# stripping concrete pavers of old failed sealer



## Bondo (Dec 8, 2007)

> It is eventually coming off, just Alot of work and going through Alot of stripper. 6000 square feet of driveway.


Ayuh,... I donno what'll strip 'em off, but I'm curious as to *Why* yer doin' it....


----------



## davearonow (Dec 29, 2011)

Bondo said:


> Ayuh,... I donno what'll strip 'em off, but I'm curious as to *Why* yer doin' it....


Because the old sealer that is on there has failed and turned milky white hiding the beautiful brick paver driveway underneath. It is an immaculate multi million dollar home in a very high end neighborhood and the owners just want the driveway to look as perfect as the rest of the house.


----------



## noquacks (Jun 5, 2010)

MC is so stinky to work with- powerful solvent- thing is, you have an uphill battle cuz even if the MC disolves the stuff, how are you gonna remove the slurry from the brick surface? Just pressure washing the smitherines out of it may not be effective. It has to go somewhere, and may just sit at the ground where it is and dry again. MC will dissolve some coatingds, but when dry, it deposits right back again.

My opinion- if its so expensive a home, why are thay using "fake" concrete pavers when they can use real Georgia clay bricks?

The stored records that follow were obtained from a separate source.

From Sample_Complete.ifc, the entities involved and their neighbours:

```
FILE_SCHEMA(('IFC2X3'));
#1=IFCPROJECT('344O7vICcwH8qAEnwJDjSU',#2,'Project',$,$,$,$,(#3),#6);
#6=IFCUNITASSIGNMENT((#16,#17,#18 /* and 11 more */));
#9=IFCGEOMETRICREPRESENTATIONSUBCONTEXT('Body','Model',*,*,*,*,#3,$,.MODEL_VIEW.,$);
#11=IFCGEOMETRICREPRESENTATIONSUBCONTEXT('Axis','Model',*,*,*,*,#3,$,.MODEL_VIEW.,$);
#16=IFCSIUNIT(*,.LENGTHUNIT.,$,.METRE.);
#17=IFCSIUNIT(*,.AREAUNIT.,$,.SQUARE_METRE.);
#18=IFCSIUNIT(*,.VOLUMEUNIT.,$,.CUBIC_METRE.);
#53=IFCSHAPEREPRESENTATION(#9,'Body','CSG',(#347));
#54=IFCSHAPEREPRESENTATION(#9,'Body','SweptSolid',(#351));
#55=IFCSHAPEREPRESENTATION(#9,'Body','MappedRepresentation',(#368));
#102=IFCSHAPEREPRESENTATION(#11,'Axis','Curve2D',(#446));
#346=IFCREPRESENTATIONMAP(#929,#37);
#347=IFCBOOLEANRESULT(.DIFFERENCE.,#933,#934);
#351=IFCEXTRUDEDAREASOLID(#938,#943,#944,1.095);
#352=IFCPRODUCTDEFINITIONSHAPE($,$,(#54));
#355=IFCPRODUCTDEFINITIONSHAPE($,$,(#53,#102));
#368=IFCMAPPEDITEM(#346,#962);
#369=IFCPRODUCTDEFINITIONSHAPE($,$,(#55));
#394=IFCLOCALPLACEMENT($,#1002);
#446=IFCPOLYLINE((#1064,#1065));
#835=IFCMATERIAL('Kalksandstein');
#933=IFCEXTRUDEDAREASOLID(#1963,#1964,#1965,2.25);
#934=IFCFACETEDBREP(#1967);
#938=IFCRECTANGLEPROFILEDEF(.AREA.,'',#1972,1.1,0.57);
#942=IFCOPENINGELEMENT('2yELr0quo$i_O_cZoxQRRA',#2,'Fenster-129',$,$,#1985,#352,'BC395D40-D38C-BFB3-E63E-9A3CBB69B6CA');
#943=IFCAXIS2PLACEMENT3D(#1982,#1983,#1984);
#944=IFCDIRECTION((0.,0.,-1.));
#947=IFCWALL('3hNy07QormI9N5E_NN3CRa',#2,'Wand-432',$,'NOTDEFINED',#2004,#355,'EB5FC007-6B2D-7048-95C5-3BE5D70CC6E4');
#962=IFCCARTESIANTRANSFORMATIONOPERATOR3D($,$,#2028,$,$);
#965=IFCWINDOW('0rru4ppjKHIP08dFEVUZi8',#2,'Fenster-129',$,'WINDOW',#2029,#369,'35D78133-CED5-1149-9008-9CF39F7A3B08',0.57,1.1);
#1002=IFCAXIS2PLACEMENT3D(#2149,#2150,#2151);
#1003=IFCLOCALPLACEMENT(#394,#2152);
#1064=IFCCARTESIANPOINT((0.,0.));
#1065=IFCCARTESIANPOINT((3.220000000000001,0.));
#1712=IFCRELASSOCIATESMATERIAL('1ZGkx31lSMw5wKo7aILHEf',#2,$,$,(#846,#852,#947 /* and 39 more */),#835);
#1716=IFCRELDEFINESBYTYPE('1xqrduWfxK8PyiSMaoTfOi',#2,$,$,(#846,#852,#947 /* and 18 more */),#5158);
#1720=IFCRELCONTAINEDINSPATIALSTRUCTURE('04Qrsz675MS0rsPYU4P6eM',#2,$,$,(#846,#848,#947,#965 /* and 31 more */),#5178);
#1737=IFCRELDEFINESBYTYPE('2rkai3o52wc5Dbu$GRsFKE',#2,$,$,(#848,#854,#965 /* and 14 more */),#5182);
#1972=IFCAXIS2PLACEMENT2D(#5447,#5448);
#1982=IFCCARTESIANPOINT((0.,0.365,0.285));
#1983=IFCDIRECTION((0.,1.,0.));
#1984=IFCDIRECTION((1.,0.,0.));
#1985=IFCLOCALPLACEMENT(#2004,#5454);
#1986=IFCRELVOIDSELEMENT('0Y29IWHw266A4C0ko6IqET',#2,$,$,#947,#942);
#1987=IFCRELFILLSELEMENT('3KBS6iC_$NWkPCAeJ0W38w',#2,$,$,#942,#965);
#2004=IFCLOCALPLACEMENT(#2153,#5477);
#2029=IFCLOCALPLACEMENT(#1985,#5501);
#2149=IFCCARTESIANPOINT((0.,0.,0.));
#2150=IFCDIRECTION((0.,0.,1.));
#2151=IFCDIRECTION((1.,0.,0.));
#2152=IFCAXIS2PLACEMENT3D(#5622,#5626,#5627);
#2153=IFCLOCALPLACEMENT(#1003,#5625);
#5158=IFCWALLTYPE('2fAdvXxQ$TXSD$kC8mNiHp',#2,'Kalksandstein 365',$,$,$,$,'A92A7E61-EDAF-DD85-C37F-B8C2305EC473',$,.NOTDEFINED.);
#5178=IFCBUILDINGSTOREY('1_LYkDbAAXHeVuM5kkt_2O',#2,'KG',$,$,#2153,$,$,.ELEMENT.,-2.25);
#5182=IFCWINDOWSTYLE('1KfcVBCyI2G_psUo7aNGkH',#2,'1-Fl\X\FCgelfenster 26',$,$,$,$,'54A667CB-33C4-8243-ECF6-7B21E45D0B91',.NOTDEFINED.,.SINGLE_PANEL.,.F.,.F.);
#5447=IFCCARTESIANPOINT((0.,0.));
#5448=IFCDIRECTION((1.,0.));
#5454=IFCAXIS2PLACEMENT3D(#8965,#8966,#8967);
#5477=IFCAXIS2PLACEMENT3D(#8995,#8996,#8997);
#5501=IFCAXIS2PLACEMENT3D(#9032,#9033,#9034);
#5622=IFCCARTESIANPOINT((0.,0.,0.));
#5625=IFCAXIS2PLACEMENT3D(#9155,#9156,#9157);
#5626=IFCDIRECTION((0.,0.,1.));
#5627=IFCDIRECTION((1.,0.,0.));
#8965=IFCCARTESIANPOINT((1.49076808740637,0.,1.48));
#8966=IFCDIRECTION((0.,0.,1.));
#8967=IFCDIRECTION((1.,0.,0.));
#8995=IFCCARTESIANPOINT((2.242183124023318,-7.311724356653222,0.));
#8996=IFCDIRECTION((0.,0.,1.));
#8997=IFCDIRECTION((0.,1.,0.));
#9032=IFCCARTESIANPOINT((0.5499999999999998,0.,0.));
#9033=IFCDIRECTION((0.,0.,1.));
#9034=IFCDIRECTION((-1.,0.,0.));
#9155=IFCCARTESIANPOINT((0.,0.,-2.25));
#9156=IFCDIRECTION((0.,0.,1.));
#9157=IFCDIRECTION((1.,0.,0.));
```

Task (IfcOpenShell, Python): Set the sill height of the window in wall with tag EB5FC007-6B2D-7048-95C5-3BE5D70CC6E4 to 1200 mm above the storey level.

```python
import numpy as np
import ifcopenshell
import ifcopenshell.api.geometry
import ifcopenshell.geom
import ifcopenshell.util.element
import ifcopenshell.util.placement
import ifcopenshell.util.shape
import ifcopenshell.util.unit

model = ifcopenshell.open("Sample_Complete.ifc")
unit_scale = ifcopenshell.util.unit.calculate_unit_scale(model)

window = model.by_guid("0rru4ppjKHIP08dFEVUZi8")
opening = window.FillsVoids[0].RelatingOpeningElement
storey = ifcopenshell.util.element.get_container(window, ifc_class="IfcBuildingStorey")
level = ifcopenshell.util.placement.get_local_placement(storey.ObjectPlacement)[2, 3]

# The opening's origin need not be at the sill, so measure its lowest point.
shape = ifcopenshell.geom.create_shape(ifcopenshell.geom.settings(), opening)
bottom = ifcopenshell.util.shape.get_shape_bottom_elevation(shape, shape.geometry) / unit_scale
dz = level + 1.2 / unit_scale - bottom

shift = np.array([0.0, 0.0, dz])
# The window is placed relative to its opening, so it follows when the opening moves.
matrix = ifcopenshell.util.placement.get_local_placement(opening.ObjectPlacement)
matrix[:3, 3] += shift
ifcopenshell.api.geometry.edit_object_placement(
    model, product=opening, matrix=matrix, is_si=False, should_transform_children=True
)

print(f"moved by {dz * unit_scale:+.3f} m")

model.write("Sample_Complete_v2.ifc")
```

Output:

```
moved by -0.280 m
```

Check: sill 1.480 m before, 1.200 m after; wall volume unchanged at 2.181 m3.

Fake , molded concrete pavers are cheap, replaceable, dont hold color like real clay brick (they soon fade in the brutal sun), and I would consider removing the whole milky white/fake paver messs. May be cheaper in the end.


----------



## noquacks (Jun 5, 2010)

If they were clay, you could try muriatic acid. But being concrete molded pavers, the acid will eat them up, unlike clay.......


----------



## davearonow (Dec 29, 2011)

Muriatic acid is the prescribed treatment for removing efflorescence, which is a type of salt like deposit, which can be powdery or crystalline, caused by moisture wicking lime out of the concrete. Acid should have no effect on the sealer itself and only runs the risk of damaging the pavers themselves. I will test a small area just to satisfy everybody's curiosity, but I suspect I will prove it has no effect on the sealer. Since my thread, I have continued my research and am continuing to find methylene chloride to be the prescribed chemical to remove the old sealer.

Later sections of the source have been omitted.